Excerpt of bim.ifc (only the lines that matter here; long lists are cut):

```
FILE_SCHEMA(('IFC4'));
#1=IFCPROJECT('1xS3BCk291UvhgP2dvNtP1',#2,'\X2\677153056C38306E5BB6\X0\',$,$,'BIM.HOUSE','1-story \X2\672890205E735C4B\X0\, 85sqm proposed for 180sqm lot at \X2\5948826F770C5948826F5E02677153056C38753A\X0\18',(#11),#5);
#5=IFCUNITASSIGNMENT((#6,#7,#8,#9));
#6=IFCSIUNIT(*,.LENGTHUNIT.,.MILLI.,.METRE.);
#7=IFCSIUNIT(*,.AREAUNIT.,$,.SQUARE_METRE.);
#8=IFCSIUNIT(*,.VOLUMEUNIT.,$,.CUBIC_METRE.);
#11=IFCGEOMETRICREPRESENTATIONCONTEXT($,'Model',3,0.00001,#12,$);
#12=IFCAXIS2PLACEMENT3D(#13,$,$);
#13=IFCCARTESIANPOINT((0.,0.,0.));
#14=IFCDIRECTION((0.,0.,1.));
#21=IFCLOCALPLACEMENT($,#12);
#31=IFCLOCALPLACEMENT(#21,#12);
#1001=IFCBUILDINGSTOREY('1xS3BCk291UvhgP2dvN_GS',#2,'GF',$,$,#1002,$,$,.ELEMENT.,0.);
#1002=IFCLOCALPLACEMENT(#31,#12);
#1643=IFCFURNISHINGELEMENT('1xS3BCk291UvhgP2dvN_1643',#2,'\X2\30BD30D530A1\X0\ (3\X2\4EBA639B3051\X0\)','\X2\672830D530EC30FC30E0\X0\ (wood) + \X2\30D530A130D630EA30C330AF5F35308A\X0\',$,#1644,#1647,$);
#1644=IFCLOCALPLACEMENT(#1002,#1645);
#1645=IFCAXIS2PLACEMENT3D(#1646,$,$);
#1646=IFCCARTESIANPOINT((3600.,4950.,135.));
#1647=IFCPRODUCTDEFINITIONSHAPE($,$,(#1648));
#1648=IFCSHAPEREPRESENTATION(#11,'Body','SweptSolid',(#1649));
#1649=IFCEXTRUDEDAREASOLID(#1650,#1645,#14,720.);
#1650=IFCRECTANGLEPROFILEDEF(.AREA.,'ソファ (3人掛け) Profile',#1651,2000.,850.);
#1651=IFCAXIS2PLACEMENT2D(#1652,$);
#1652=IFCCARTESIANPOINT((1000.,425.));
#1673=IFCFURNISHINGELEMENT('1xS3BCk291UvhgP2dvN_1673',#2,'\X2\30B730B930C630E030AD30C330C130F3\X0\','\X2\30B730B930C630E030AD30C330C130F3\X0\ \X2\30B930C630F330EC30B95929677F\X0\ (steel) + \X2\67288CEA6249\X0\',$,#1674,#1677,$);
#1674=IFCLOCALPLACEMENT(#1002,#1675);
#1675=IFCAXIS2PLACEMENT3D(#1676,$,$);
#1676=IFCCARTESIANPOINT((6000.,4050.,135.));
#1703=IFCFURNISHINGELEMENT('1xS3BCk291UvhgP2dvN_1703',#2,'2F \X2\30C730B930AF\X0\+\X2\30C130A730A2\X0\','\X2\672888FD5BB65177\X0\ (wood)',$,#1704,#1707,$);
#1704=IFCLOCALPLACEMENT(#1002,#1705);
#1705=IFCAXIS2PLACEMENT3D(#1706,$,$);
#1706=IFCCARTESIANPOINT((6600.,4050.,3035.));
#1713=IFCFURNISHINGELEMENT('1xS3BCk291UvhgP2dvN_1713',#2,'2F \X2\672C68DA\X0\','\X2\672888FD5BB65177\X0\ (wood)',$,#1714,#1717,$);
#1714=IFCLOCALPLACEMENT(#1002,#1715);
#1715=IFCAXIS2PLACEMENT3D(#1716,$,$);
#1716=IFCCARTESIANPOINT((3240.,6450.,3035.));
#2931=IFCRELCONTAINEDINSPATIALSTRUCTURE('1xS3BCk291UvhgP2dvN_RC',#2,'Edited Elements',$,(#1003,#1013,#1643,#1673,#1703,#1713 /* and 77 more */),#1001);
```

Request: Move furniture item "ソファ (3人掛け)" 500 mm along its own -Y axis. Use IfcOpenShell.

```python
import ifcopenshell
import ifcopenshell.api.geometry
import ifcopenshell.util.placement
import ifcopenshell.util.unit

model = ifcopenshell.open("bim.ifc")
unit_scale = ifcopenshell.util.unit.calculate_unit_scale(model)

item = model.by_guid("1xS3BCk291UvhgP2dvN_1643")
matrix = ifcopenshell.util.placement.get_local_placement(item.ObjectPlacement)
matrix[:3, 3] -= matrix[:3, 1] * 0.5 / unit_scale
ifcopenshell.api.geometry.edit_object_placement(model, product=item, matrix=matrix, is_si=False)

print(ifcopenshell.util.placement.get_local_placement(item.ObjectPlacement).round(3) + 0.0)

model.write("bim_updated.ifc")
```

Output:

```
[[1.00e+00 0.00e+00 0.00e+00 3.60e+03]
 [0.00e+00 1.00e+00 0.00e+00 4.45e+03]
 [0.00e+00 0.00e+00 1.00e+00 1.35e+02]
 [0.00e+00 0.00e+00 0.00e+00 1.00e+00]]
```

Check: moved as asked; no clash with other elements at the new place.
··········
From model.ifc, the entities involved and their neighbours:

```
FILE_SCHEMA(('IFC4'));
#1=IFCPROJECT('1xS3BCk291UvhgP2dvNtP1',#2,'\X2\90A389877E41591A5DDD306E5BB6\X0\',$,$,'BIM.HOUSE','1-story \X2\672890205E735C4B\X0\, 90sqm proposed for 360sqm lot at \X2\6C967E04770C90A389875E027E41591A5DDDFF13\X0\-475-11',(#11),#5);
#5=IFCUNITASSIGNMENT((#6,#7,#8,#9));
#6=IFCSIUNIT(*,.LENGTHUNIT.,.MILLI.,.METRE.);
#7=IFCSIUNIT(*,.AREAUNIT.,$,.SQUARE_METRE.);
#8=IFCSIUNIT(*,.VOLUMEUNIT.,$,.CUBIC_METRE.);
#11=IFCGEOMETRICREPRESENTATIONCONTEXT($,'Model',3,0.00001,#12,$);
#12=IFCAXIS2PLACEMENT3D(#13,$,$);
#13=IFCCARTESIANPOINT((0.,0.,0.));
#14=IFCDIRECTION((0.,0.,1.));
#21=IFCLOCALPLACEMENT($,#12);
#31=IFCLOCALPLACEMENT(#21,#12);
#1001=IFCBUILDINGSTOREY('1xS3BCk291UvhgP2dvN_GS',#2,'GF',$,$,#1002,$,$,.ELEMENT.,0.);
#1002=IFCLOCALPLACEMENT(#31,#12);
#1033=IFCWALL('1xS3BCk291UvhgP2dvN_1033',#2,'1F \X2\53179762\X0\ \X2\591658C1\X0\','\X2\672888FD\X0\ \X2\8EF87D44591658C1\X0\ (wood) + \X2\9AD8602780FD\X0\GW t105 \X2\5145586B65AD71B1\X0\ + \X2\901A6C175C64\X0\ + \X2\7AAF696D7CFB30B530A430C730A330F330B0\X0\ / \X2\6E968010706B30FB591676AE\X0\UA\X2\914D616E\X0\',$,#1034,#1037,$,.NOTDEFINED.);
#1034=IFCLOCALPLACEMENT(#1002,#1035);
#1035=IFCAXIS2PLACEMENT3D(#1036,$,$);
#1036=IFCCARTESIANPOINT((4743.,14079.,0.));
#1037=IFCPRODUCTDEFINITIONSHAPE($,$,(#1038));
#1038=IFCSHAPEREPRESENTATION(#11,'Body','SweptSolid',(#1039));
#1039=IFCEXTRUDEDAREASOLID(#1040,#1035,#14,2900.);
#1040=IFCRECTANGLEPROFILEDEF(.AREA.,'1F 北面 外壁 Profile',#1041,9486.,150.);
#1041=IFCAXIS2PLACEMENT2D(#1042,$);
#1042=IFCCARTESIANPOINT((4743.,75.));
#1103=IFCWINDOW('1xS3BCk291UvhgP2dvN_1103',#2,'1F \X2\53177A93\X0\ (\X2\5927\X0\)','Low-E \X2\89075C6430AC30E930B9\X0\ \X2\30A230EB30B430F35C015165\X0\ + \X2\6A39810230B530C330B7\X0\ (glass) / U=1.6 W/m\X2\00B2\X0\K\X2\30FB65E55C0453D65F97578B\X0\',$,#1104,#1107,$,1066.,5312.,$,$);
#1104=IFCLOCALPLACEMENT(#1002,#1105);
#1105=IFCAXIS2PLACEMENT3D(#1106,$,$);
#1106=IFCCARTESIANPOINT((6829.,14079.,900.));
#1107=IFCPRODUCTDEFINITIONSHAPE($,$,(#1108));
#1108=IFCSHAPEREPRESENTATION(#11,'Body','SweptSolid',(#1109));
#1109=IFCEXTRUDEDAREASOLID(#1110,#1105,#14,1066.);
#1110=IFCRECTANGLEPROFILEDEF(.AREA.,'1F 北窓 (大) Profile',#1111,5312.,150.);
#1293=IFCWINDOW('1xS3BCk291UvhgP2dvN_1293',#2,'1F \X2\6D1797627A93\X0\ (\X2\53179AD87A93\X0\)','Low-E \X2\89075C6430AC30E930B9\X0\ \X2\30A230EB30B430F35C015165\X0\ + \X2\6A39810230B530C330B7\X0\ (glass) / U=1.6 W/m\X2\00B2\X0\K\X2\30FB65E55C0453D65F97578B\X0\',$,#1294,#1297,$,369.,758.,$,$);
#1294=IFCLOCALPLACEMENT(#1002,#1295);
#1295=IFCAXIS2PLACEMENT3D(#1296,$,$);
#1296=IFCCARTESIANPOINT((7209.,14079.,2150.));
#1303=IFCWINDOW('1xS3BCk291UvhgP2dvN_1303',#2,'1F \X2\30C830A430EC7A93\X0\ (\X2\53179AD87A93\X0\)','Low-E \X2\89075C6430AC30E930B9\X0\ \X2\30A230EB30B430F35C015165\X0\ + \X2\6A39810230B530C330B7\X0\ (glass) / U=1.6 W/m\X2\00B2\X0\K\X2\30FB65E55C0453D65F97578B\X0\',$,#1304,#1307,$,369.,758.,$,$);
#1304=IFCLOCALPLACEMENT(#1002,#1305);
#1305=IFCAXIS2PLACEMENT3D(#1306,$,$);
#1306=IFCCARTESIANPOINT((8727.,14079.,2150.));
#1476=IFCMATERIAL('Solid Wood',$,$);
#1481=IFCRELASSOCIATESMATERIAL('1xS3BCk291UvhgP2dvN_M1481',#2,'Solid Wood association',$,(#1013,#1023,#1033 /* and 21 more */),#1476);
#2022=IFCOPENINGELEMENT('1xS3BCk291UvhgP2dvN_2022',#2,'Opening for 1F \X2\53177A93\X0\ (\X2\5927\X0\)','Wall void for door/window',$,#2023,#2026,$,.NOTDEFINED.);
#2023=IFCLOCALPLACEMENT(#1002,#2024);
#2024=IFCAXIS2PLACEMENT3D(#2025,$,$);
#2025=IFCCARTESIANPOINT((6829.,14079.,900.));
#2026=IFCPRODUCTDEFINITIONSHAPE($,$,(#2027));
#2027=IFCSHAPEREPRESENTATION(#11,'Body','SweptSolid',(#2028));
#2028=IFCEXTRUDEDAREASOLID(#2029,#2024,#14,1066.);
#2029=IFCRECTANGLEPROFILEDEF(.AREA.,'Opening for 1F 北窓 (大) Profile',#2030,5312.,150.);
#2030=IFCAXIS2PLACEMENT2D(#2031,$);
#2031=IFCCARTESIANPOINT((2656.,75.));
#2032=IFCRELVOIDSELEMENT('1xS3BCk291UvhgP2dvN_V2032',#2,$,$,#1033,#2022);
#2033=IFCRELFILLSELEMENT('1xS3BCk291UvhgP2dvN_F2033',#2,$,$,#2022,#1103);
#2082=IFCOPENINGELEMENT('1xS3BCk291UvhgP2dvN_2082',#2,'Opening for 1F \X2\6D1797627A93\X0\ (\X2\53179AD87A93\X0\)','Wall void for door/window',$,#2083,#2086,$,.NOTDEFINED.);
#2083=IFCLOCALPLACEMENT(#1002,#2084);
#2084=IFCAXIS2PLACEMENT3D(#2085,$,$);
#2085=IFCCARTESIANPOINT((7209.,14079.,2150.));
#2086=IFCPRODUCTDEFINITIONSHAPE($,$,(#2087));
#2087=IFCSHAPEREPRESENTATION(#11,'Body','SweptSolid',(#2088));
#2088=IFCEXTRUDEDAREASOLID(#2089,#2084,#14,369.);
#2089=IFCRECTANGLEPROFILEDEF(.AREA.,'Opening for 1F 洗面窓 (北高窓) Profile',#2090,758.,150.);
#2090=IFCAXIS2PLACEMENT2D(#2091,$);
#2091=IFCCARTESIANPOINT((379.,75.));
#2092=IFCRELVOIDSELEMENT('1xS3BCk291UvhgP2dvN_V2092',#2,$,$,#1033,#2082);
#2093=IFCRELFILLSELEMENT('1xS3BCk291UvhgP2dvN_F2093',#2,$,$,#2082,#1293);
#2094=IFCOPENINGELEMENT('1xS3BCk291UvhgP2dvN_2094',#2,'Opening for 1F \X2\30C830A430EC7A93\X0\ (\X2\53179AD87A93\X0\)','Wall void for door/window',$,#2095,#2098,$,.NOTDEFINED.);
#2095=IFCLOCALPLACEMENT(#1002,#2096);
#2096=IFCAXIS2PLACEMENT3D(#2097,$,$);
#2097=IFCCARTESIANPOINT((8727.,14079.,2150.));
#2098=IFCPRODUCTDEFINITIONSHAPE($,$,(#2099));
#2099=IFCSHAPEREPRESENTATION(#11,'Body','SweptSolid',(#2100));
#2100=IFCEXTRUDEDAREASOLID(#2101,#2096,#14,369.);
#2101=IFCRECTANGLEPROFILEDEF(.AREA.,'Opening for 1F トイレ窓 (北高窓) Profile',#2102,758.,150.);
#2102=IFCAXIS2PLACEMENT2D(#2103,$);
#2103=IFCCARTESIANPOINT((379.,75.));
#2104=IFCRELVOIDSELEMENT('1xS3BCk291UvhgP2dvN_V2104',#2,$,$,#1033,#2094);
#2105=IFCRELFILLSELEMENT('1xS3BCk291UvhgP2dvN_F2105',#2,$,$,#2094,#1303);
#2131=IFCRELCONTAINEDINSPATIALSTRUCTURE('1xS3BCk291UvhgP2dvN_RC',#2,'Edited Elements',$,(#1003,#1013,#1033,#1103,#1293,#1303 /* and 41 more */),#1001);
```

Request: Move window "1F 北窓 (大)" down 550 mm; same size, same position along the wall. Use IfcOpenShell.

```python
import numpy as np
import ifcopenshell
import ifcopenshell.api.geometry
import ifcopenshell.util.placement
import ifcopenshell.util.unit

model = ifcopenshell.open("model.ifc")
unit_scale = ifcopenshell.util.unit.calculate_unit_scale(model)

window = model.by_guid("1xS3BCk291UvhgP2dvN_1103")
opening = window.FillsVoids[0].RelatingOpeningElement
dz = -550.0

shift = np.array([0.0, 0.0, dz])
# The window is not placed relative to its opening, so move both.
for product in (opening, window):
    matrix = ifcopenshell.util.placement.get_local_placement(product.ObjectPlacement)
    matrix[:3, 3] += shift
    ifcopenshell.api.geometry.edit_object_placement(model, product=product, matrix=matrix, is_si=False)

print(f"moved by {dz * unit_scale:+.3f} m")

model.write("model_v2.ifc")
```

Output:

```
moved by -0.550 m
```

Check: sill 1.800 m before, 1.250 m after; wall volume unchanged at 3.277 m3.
··········
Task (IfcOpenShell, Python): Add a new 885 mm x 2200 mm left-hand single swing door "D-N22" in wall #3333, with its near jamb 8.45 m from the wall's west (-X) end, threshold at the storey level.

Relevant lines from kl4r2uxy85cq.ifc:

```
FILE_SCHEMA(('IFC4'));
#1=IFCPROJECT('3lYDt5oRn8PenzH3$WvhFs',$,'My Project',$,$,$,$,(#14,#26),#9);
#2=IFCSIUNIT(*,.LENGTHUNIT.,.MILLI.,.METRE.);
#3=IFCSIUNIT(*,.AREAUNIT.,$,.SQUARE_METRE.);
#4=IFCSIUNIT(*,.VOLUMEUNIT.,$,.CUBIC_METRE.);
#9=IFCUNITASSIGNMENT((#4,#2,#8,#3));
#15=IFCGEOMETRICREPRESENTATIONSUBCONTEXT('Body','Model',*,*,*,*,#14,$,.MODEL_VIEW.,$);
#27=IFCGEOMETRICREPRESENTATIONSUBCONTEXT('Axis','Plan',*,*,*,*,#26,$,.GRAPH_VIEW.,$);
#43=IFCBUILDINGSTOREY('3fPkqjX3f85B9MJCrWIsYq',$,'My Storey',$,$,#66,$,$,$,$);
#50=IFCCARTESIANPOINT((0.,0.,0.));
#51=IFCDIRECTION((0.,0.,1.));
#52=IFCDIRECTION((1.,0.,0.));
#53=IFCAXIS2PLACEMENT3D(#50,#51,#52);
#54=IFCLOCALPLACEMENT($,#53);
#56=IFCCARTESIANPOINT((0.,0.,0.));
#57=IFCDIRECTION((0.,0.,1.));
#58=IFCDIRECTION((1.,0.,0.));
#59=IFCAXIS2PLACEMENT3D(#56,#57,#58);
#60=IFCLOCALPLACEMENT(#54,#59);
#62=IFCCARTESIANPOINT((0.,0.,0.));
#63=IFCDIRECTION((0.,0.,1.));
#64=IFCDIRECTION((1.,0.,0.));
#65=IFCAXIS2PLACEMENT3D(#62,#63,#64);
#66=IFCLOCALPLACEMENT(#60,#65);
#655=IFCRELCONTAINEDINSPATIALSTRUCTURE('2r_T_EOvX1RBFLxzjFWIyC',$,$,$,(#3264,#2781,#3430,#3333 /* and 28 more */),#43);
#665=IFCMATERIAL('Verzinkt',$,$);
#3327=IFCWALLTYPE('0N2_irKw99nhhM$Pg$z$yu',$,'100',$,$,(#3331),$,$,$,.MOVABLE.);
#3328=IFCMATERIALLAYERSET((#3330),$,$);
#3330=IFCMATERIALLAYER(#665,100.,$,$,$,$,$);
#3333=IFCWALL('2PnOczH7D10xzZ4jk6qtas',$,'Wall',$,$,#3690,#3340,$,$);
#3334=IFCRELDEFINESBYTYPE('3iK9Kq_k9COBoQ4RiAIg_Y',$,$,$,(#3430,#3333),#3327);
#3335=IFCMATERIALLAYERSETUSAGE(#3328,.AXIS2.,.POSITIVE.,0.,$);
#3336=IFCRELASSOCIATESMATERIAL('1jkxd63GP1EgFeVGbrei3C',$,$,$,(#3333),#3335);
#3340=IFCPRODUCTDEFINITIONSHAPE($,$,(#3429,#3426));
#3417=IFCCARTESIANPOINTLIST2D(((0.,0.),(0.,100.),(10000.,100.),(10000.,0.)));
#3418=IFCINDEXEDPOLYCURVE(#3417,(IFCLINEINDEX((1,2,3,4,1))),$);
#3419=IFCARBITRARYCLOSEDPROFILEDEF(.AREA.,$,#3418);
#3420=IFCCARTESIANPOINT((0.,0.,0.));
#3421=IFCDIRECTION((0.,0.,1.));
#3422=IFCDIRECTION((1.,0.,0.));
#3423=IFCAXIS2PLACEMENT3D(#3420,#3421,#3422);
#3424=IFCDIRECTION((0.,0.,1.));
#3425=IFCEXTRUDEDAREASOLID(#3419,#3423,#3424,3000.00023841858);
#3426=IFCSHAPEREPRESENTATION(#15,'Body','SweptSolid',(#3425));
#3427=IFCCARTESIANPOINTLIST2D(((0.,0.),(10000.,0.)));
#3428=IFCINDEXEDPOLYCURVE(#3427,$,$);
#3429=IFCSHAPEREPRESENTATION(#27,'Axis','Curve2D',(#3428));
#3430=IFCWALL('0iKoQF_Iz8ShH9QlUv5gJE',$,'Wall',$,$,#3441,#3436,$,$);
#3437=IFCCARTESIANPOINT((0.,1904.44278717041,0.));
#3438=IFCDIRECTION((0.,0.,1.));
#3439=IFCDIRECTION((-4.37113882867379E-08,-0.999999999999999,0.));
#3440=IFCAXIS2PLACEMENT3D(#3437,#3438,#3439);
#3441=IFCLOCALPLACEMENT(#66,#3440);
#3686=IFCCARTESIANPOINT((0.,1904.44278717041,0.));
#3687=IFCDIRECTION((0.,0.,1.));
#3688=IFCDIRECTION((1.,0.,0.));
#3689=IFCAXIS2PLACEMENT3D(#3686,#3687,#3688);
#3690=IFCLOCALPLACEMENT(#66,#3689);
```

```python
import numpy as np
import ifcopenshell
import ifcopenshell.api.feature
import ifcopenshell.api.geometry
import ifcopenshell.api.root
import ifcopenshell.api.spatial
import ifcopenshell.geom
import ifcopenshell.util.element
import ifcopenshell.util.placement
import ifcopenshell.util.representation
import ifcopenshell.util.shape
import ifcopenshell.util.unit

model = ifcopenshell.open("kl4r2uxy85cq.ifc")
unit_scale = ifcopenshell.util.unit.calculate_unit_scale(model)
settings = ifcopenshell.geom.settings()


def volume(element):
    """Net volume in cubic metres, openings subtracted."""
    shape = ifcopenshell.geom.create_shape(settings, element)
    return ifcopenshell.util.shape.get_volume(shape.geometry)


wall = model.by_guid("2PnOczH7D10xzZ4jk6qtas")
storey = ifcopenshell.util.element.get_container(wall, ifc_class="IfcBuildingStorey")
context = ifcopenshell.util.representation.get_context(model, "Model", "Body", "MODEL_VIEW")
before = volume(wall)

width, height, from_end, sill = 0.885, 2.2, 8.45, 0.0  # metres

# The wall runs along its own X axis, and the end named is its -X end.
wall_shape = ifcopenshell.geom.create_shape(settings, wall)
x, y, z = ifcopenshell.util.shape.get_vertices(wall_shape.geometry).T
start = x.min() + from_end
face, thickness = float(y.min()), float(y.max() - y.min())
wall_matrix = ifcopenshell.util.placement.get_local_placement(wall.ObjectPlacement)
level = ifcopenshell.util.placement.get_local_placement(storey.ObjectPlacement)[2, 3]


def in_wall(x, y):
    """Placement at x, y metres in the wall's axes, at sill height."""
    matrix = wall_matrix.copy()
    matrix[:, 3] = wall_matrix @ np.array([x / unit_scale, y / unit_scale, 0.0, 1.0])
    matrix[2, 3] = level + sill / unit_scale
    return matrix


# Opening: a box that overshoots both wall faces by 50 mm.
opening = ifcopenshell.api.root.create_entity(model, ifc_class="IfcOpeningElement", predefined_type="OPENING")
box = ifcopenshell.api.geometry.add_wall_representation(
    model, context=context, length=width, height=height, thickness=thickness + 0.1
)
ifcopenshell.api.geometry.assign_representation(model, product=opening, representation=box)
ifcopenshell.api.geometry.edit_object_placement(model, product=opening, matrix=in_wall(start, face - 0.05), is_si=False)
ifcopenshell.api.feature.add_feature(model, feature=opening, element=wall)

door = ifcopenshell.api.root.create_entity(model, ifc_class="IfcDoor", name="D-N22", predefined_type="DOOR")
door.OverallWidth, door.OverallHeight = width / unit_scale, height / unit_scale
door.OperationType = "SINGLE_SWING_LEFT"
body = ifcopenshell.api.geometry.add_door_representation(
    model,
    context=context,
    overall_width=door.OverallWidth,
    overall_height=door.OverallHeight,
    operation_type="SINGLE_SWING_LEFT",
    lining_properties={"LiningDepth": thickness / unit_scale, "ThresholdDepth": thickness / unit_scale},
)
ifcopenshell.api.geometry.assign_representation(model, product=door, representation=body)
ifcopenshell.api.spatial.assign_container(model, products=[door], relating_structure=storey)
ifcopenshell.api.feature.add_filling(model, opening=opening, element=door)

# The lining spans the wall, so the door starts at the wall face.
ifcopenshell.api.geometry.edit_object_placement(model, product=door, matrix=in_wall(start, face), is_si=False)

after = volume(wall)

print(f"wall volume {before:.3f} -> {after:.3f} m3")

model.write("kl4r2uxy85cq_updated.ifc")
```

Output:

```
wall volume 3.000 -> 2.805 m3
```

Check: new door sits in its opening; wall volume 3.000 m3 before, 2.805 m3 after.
··········
→ **WHAT TO DO**:
Go through the records and tally the lines that include "Edited". Write only the number.

→ **ANSWER**:
2